[Work task]: Transcribe every line of the records verbatim.

[Collected data entries]:
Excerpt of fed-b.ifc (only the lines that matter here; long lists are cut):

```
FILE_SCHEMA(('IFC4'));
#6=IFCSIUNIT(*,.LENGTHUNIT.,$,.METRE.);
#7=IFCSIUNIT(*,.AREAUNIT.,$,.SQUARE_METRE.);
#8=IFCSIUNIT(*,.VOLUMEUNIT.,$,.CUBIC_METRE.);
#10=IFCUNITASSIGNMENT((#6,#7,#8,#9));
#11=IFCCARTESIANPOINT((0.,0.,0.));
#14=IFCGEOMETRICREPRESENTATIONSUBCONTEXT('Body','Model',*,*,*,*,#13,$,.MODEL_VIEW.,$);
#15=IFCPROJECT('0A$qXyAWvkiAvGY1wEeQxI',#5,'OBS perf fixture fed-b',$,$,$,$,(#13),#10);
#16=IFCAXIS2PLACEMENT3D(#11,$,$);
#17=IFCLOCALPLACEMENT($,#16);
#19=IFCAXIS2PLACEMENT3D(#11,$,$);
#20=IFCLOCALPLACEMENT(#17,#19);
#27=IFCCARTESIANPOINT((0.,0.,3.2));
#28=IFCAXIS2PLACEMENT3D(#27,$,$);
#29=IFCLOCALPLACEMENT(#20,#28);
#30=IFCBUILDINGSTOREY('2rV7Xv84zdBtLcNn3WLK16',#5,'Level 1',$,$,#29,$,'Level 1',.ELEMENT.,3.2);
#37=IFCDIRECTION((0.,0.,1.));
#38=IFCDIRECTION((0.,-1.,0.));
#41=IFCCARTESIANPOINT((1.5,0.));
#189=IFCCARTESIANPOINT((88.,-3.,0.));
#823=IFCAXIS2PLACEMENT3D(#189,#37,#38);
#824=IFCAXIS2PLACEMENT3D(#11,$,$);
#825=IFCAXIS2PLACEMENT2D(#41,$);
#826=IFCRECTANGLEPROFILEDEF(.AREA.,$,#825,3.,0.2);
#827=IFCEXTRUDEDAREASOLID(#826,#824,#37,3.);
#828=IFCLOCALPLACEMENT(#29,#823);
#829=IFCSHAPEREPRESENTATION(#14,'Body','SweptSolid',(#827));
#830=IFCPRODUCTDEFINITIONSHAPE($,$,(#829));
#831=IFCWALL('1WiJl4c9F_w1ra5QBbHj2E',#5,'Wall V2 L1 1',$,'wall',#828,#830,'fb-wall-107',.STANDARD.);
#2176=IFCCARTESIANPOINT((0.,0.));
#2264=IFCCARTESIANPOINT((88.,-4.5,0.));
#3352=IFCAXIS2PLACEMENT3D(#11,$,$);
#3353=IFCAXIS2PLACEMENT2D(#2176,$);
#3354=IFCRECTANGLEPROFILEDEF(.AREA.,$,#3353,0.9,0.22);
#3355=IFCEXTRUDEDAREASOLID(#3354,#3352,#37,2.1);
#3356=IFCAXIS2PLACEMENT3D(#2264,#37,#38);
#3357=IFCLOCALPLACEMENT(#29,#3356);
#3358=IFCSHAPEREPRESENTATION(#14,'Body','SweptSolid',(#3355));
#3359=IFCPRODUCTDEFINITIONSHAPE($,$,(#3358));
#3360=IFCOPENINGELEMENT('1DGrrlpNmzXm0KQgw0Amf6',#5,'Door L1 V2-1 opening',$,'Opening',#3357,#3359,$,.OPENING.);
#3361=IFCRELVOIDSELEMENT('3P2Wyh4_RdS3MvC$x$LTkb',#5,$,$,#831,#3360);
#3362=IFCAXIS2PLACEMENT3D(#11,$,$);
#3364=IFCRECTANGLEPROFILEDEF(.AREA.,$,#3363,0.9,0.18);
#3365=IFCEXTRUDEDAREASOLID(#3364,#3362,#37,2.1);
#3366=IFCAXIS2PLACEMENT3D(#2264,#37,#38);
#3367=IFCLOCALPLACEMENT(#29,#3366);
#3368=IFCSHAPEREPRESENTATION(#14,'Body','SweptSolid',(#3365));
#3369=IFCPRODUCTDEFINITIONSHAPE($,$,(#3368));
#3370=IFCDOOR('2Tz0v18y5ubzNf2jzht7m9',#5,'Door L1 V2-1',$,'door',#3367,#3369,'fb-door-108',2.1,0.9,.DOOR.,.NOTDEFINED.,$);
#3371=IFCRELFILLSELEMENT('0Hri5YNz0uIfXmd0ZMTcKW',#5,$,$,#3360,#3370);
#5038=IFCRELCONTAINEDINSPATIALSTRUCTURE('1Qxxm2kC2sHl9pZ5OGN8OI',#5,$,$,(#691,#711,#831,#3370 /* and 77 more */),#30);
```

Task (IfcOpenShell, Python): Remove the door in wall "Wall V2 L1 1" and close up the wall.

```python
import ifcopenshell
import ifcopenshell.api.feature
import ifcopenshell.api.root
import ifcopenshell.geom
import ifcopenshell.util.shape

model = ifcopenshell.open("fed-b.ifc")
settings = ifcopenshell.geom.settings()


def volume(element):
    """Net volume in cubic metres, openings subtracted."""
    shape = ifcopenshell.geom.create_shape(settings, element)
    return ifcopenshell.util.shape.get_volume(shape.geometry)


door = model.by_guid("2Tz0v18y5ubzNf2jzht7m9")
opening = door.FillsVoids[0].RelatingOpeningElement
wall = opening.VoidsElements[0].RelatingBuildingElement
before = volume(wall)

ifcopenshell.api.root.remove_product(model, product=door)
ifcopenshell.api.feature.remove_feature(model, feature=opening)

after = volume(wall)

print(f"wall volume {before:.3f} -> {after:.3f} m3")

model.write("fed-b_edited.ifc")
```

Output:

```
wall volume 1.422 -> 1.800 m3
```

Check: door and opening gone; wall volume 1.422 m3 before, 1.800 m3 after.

[Output of the exercise]:
Excerpt of fed-b.ifc (only the lines that matter here; long lists are cut):

```
FILE_SCHEMA(('IFC4'));
#6=IFCSIUNIT(*,.LENGTHUNIT.,$,.METRE.);
#7=IFCSIUNIT(*,.AREAUNIT.,$,.SQUARE_METRE.);
#8=IFCSIUNIT(*,.VOLUMEUNIT.,$,.CUBIC_METRE.);
#10=IFCUNITASSIGNMENT((#6,#7,#8,#9));
#11=IFCCARTESIANPOINT((0.,0.,0.));
#14=IFCGEOMETRICREPRESENTATIONSUBCONTEXT('Body','Model',*,*,*,*,#13,$,.MODEL_VIEW.,$);
#15=IFCPROJECT('0A$qXyAWvkiAvGY1wEeQxI',#5,'OBS perf fixture fed-b',$,$,$,$,(#13),#10);
#16=IFCAXIS2PLACEMENT3D(#11,$,$);
#17=IFCLOCALPLACEMENT($,#16);
#19=IFCAXIS2PLACEMENT3D(#11,$,$);
#20=IFCLOCALPLACEMENT(#17,#19);
#27=IFCCARTESIANPOINT((0.,0.,3.2));
#28=IFCAXIS2PLACEMENT3D(#27,$,$);
#29=IFCLOCALPLACEMENT(#20,#28);
#30=IFCBUILDINGSTOREY('2rV7Xv84zdBtLcNn3WLK16',#5,'Level 1',$,$,#29,$,'Level 1',.ELEMENT.,3.2);
#37=IFCDIRECTION((0.,0.,1.));
#38=IFCDIRECTION((0.,-1.,0.));
#41=IFCCARTESIANPOINT((1.5,0.));
#189=IFCCARTESIANPOINT((88.,-3.,0.));
#823=IFCAXIS2PLACEMENT3D(#189,#37,#38);
#824=IFCAXIS2PLACEMENT3D(#11,$,$);
#825=IFCAXIS2PLACEMENT2D(#41,$);
#826=IFCRECTANGLEPROFILEDEF(.AREA.,$,#825,3.,0.2);
#827=IFCEXTRUDEDAREASOLID(#826,#824,#37,3.);
#828=IFCLOCALPLACEMENT(#29,#823);
#829=IFCSHAPEREPRESENTATION(#14,'Body','SweptSolid',(#827));
#830=IFCPRODUCTDEFINITIONSHAPE($,$,(#829));
#831=IFCWALL('1WiJl4c9F_w1ra5QBbHj2E',#5,'Wall V2 L1 1',$,'wall',#828,#830,'fb-wall-107',.STANDARD.);
#2176=IFCCARTESIANPOINT((0.,0.));
#2264=IFCCARTESIANPOINT((88.,-4.5,0.));
#3352=IFCAXIS2PLACEMENT3D(#11,$,$);
#3353=IFCAXIS2PLACEMENT2D(#2176,$);
#3354=IFCRECTANGLEPROFILEDEF(.AREA.,$,#3353,0.9,0.22);
#3355=IFCEXTRUDEDAREASOLID(#3354,#3352,#37,2.1);
#3356=IFCAXIS2PLACEMENT3D(#2264,#37,#38);
#3357=IFCLOCALPLACEMENT(#29,#3356);
#3358=IFCSHAPEREPRESENTATION(#14,'Body','SweptSolid',(#3355));
#3359=IFCPRODUCTDEFINITIONSHAPE($,$,(#3358));
#3360=IFCOPENINGELEMENT('1DGrrlpNmzXm0KQgw0Amf6',#5,'Door L1 V2-1 opening',$,'Opening',#3357,#3359,$,.OPENING.);
#3361=IFCRELVOIDSELEMENT('3P2Wyh4_RdS3MvC$x$LTkb',#5,$,$,#831,#3360);
#3362=IFCAXIS2PLACEMENT3D(#11,$,$);
#3364=IFCRECTANGLEPROFILEDEF(.AREA.,$,#3363,0.9,0.18);
#3365=IFCEXTRUDEDAREASOLID(#3364,#3362,#37,2.1);
#3366=IFCAXIS2PLACEMENT3D(#2264,#37,#38);
#3367=IFCLOCALPLACEMENT(#29,#3366);
#3368=IFCSHAPEREPRESENTATION(#14,'Body','SweptSolid',(#3365));
#3369=IFCPRODUCTDEFINITIONSHAPE($,$,(#3368));
#3370=IFCDOOR('2Tz0v18y5ubzNf2jzht7m9',#5,'Door L1 V2-1',$,'door',#3367,#3369,'fb-door-108',2.1,0.9,.DOOR.,.NOTDEFINED.,$);
#3371=IFCRELFILLSELEMENT('0Hri5YNz0uIfXmd0ZMTcKW',#5,$,$,#3360,#3370);
#5038=IFCRELCONTAINEDINSPATIALSTRUCTURE('1Qxxm2kC2sHl9pZ5OGN8OI',#5,$,$,(#691,#711,#831,#3370 /* and 77 more */),#30);
```

Task (IfcOpenShell, Python): Remove the door in wall "Wall V2 L1 1" and close up the wall.

```python
import ifcopenshell
import ifcopenshell.api.feature
import ifcopenshell.api.root
import ifcopenshell.geom
import ifcopenshell.util.shape

model = ifcopenshell.open("fed-b.ifc")
settings = ifcopenshell.geom.settings()


def volume(element):
    """Net volume in cubic metres, openings subtracted."""
    shape = ifcopenshell.geom.create_shape(settings, element)
    return ifcopenshell.util.shape.get_volume(shape.geometry)


door = model.by_guid("2Tz0v18y5ubzNf2jzht7m9")
opening = door.FillsVoids[0].RelatingOpeningElement
wall = opening.VoidsElements[0].RelatingBuildingElement
before = volume(wall)

ifcopenshell.api.root.remove_product(model, product=door)
ifcopenshell.api.feature.remove_feature(model, feature=opening)

after = volume(wall)

print(f"wall volume {before:.3f} -> {after:.3f} m3")

model.write("fed-b_edited.ifc")
```

Output:

```
wall volume 1.422 -> 1.800 m3
```

Check: door and opening gone; wall volume 1.422 m3 before, 1.800 m3 after.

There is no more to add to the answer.